Compared with 50 years ago, there are now up to 50 percent fewer field courses in higher education, Sparks said. High costs, risk management issues and Institutional Animal Care and Use Committee (IACUC) regulations for how animals are treated in the field, for example, have created challenges for bringing students into the field. As a result, young faculty members have procedures and regulations to learn that deter them from teaching field research courses, Sparks said.

“Twenty-five years ago, I could take students to the Southwest, and we could handle snakes,” Sparks said. “Today, you can still do that, but there has to be an IACUC protocol through Cornell, so there are things one needs to know about the system of your university to be effective.”

His proposed handbook, “Reinvigorating field and lab teaching at Cornell,” will draw from faculty and administrators’ expertise and provide a one-stop resource for faculty to negotiate risk management, finances, course timing and working collaboratively with administrative bodies.

Sparks “believes in the importance of experiential field and lab opportunities for students, and he will use this fellowship to create resources that facilitate, train and empower Cornell faculty to offer these courses,” said Julia Thom-Levy, Provost's Fellow for Pedagogical Innovation.

Sparks has recently taught courses in Ecology and the Marine Environment (BioSM 1610), Advanced Ecology (BioEE 3610), Plant Physiological Ecology (BioEE 4660), Tropical Field Ecology (BioEE 6601) and the Graduate Field Course in Ecology (BioEE 6602).
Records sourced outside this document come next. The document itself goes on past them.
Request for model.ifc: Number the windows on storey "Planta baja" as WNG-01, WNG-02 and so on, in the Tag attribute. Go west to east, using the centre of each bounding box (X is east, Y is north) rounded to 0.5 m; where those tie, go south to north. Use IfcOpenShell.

First a look at what the model holds.

```python
import ifcopenshell
import ifcopenshell.util.element
import ifcopenshell.util.placement

model = ifcopenshell.open("model.ifc")
print(model.schema)
storey = next(s for s in model.by_type("IfcBuildingStorey") if s.Name == "Planta baja")
windows = [e for e in ifcopenshell.util.element.get_decomposition(storey) if e.is_a("IfcWindow")]
for e in sorted(windows, key=lambda e: e.id()):
    origin = ifcopenshell.util.placement.get_local_placement(e.ObjectPlacement)[:3, 3]
    print(e.id(), e.Tag, e.Name, origin.round(2) + 0.0, sep=" | ")
```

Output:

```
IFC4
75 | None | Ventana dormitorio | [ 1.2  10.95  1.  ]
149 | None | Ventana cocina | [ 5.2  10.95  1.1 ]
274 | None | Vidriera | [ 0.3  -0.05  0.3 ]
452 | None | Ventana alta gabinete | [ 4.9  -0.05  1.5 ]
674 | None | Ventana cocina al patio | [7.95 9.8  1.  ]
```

```python
import ifcopenshell
import ifcopenshell.geom
import ifcopenshell.util.element
import ifcopenshell.util.shape

model = ifcopenshell.open("model.ifc")
settings = ifcopenshell.geom.settings()
settings.set("use-world-coords", True)


def centre(element):
    shape = ifcopenshell.geom.create_shape(settings, element)
    return ifcopenshell.util.shape.get_bbox_centroid(shape.geometry)


storey = next(s for s in model.by_type("IfcBuildingStorey") if s.Name == "Planta baja")
windows = [e for e in ifcopenshell.util.element.get_decomposition(storey) if e.is_a("IfcWindow")]

# Insertion points can sit at a corner or the storey origin, so sort by the geometry (in metres).
centres = {e: centre(e) for e in windows}
windows.sort(key=lambda e: (round(centres[e][0] / 0.5), centres[e][1]))

for i, e in enumerate(windows, start=1):
    number = f"WNG-{i:02d}"
    e.Tag = number
    print(e.id(), number)

model.write("model_v2.ifc")
```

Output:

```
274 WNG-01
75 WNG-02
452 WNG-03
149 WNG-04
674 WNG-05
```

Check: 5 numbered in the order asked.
Sparks’ research uses an analysis called stable isotope ecology to study plant and animal physiology and ecosystem and atmospheric processes. The technology measures isotopes – the molecular weight of elements such as carbon – that convey signatures from their geographic sources.

“For example, if a person was just on vacation in China, and if we sampled his or her hair, the hair that person grew in China would look isotopically like China,” Sparks said. In this way, COIL has worked with archaeologists to understand the climate in which ancient wood grew, to study bird and whale migration patterns, and to measure potential methane release from hydraulic fracturing in Pennsylvania, among many other applications.